(Aim of the exercise): Records follow. Copy every line with "IFCPRODUCTDEFINITIONSHAPE".

Data items:
^^^^
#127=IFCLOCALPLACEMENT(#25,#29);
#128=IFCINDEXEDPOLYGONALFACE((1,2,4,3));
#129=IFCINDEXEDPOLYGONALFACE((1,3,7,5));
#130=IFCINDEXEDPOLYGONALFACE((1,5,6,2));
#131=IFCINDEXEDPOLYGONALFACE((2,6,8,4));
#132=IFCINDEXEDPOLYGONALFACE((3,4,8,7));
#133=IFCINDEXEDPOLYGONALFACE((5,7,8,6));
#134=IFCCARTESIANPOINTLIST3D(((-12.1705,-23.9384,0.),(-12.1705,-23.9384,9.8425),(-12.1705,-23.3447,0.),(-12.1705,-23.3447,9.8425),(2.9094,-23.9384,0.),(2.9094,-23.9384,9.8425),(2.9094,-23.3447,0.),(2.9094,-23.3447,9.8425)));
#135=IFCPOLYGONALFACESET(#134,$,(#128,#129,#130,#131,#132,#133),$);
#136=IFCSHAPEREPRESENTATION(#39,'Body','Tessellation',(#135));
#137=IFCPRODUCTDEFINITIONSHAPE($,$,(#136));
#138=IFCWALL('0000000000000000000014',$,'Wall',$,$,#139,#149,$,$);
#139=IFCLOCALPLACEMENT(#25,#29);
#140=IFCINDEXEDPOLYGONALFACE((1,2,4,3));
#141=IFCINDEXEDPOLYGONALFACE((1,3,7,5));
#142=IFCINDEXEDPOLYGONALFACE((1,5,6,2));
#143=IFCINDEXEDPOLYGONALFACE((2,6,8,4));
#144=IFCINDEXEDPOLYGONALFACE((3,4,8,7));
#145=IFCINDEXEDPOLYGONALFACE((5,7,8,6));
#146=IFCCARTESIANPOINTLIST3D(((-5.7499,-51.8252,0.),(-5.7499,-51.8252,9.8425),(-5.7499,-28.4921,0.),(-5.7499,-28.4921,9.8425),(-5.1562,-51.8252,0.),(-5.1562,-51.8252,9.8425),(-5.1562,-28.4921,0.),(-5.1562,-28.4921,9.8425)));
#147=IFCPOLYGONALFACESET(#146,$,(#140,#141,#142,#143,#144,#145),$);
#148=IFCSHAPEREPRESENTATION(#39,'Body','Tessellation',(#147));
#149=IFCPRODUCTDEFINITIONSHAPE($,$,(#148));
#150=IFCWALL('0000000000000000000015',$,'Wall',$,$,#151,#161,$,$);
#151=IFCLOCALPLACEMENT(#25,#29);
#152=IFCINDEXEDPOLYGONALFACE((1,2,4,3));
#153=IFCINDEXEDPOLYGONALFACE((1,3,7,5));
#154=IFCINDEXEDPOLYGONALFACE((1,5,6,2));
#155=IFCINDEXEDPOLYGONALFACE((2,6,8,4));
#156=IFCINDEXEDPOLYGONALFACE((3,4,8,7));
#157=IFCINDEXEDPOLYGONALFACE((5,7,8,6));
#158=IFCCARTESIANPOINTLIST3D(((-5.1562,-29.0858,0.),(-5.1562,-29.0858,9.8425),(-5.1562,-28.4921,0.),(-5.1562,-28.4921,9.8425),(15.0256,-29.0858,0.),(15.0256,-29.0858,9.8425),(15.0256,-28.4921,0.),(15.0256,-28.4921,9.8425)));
^^^^
(Solution for this task):
#137=IFCPRODUCTDEFINITIONSHAPE($,$,(#136));
#149=IFCPRODUCTDEFINITIONSHAPE($,$,(#148));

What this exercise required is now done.